REPUBLIKA.CO.ID, JAKARTA -- Pimpinan Pusat Muhammadiyah akan menggelar Muktamar ke-48 Muhammadiyah Aisyiyah dalam dua tahap sidang, yakni secara online (dalam jaringan) dan offline (luar jaringan).
"Muktamar secara luring dan daring ini pertama kali dilakukan oleh Pimpinan Pusat Muhammadiyah. Pertimbangannya karena memang kita masih dalam suasana pandemi Covid-19," kata Sekretaris Umum PP Muhammadiyah Abdul Mu'ti dalam konferensi pers yang diikuti di Jakarta, Jumat (4/11/2022).
Mu'ti mengatakan pada tahap pertama secara daring akan digelar pada Sabtu (5/1/2022) 2022, sementara puncaknya digelar pada Sabtu hingga Ahad (19-20/11/2022) secara luring dengan pusat kegiatan di gedung Edutorium Universitas Muhammadiyah Surakarta (UMS), Jawa Tengah.
Pada tahap pertama, agenda muktamar hanya mendengarkan tanggapan dari peserta muktamar atas materi yang telah disiapkan Pimpinan Pusat Muhammadiyah.
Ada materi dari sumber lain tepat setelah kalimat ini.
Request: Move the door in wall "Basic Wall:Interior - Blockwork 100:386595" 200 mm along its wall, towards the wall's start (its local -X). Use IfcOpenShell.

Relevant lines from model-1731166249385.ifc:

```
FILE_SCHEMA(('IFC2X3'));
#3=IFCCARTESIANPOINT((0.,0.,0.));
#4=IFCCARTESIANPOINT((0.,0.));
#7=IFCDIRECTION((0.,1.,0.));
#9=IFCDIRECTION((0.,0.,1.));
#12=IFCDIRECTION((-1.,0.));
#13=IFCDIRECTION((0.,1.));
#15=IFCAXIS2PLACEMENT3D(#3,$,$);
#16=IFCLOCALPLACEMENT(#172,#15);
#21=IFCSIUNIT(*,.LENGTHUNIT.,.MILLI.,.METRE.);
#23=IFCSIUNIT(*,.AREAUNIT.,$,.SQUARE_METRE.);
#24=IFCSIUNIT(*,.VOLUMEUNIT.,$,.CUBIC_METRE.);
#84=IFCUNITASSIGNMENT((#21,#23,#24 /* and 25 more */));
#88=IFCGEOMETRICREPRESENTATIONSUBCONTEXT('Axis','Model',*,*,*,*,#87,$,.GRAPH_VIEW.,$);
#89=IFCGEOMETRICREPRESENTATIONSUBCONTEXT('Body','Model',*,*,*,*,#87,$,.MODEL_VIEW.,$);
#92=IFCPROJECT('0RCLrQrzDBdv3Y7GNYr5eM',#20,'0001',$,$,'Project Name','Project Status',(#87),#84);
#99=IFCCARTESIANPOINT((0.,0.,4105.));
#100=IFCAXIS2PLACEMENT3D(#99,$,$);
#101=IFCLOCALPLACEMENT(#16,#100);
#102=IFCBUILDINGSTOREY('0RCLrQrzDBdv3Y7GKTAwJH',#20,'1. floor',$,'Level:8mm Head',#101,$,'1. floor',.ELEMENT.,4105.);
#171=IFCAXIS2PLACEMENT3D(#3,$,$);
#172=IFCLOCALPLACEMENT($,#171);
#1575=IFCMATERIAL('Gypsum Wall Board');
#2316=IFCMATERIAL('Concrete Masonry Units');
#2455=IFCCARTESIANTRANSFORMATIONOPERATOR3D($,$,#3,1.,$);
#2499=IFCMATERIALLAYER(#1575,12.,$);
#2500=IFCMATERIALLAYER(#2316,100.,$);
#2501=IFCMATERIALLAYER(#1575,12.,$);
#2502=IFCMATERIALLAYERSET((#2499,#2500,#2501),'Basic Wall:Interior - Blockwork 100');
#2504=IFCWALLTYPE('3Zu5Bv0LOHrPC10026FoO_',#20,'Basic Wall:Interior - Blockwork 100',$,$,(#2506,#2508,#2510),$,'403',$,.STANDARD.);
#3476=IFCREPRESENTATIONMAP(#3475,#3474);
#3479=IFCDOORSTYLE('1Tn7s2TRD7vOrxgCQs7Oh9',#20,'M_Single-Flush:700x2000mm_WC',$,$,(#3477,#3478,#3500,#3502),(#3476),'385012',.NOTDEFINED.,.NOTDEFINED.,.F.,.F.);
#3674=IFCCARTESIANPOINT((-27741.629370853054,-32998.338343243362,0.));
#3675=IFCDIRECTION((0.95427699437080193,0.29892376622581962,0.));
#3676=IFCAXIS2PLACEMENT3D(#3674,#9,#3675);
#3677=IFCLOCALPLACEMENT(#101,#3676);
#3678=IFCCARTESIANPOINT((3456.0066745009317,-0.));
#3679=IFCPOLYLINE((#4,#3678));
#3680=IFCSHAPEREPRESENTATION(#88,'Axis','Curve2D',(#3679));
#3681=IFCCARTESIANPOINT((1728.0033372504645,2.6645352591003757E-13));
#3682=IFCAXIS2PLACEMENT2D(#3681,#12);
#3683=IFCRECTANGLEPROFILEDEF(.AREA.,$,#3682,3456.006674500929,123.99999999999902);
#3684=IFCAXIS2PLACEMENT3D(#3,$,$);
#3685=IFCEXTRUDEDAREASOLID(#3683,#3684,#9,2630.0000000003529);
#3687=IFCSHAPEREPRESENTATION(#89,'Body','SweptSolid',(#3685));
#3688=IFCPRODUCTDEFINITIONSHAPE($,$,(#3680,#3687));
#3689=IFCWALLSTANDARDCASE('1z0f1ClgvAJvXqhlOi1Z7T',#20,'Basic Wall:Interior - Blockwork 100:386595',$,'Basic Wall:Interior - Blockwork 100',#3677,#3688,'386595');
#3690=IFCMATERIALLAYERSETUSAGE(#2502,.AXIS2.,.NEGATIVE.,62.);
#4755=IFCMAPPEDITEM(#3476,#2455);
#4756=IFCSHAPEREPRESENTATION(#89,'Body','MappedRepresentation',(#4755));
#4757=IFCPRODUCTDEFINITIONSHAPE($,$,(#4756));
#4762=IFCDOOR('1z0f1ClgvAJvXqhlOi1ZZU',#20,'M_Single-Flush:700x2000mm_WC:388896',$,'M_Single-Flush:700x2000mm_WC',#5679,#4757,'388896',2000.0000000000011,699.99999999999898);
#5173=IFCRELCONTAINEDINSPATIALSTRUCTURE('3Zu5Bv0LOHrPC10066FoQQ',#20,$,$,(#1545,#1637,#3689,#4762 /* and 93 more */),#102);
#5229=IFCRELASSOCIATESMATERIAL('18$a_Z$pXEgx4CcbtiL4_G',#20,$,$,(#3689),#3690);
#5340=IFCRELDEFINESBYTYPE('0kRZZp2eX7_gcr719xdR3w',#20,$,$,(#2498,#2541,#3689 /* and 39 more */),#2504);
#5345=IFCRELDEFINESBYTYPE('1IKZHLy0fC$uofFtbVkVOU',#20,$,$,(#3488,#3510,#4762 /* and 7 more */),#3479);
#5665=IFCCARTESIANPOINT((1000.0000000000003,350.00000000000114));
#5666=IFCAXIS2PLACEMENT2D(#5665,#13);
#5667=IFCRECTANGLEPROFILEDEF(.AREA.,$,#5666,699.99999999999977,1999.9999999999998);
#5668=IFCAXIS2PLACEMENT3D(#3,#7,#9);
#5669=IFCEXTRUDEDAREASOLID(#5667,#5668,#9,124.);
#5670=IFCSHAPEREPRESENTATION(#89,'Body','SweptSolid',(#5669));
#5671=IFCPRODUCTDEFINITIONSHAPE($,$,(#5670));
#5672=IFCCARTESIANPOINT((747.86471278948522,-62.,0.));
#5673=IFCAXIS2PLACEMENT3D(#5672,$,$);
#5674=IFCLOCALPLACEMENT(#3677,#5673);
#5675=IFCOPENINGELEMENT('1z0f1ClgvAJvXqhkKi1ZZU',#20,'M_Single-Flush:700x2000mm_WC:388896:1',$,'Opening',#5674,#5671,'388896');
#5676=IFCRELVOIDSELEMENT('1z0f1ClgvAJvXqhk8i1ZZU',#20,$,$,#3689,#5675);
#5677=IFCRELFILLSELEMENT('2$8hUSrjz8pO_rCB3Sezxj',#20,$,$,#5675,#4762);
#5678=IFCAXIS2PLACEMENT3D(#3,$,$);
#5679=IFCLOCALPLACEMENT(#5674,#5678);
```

```python
import ifcopenshell
import ifcopenshell.api.geometry
import ifcopenshell.util.placement
import ifcopenshell.util.unit

model = ifcopenshell.open("model-1731166249385.ifc")
unit_scale = ifcopenshell.util.unit.calculate_unit_scale(model)

door = model.by_id(4762)
opening = door.FillsVoids[0].RelatingOpeningElement
wall = opening.VoidsElements[0].RelatingBuildingElement

wall_matrix = ifcopenshell.util.placement.get_local_placement(wall.ObjectPlacement)
shift = wall_matrix[:3, 0] * -0.2 / unit_scale
before = ifcopenshell.util.placement.get_local_placement(door.ObjectPlacement)[:3, 3].copy()

# The door is placed relative to its opening, so it follows when the opening moves.
matrix = ifcopenshell.util.placement.get_local_placement(opening.ObjectPlacement)
matrix[:3, 3] += shift
ifcopenshell.api.geometry.edit_object_placement(
    model, product=opening, matrix=matrix, is_si=False, should_transform_children=True
)

after = ifcopenshell.util.placement.get_local_placement(door.ObjectPlacement)[:3, 3]
print("door moved by", (after - before).round(3) + 0.0)

model.write("model-1731166249385_v2.ifc")
```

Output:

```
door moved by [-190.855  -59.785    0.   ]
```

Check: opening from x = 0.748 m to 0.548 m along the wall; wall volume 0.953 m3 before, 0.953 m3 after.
Adapun isi dari materi muktamar ini meliputi laporan Pimpinan Pusat Muhammadiyah 2015-2022, program Muhammadiyah 2022-2027, Risalah Islam Berkemajuan, serta Isu-isu Strategis Keumatan, Kebangsaan dan Kemanusiaan Universal.
"Semua materi ini telah kita kirim ke para peserta Muktamar untuk ditanggapi besok pagi. Kita kirim dalam bentuk file melalui email, kita juga kirim secara cetak. Insya Allah materinya telah diterima masing-masing peserta di seluruh Indonesia," kata Mu'ti.
Teknis pelaksanaannya, kata dia, setiap perwakilan Pimpinan Wilayah Muhammadiyah (PWM), organisasi otonom seperti Pemuda Muhammadiyah, IPM, IMM, Tapak Suci, dan lain-lain tingkat pusat akan menyampaikan tanggapan baik dalam bentuk tulisan maupun lisan.
"Ada sekitar 208 titik dari 34 provinsi di seluruh Indonesia yang menjadi lokasi Muktamar tahap pertama ini," katanya.
Mu'ti juga menyebut beberapa isu strategis yang nanti akan dibahas di tahap pertama Muktamar ini. Pertama, isu keumatan meliputi fenomena rezimentasi paham agama, membangun kesalehan digital, memperkuat persatuan umat, dan reformasi tata kelola filantropi Islam.
Kedua, isu kebangsaan meliputi memperkuat ketahanan keluarga, reformasi sistem Pemilu, suksesi kepemimpinan 2024, evaluasi atas kebijakan deradikalisasi, memperkuat keadilan hukum, penataan ruang publik yang inklusif dan adil, memperkuat regulasi sistem resiliansi bencana, antisipasi ageing population (penuaan populasi), dan memperkuat integrasi nasional.
Terakhir, isu kemanusiaan universal meliputi membangun tata dunia yang damai dan berkeadilan, regulasi dampak perubahan iklim, mengatasi kesenjangan antarnegara, dan menguatnya xenofobia.
"Materi ini tidak lain ingin memajukan Indonesia dan mencerahkan semesta," kata Abdul Mu'ti.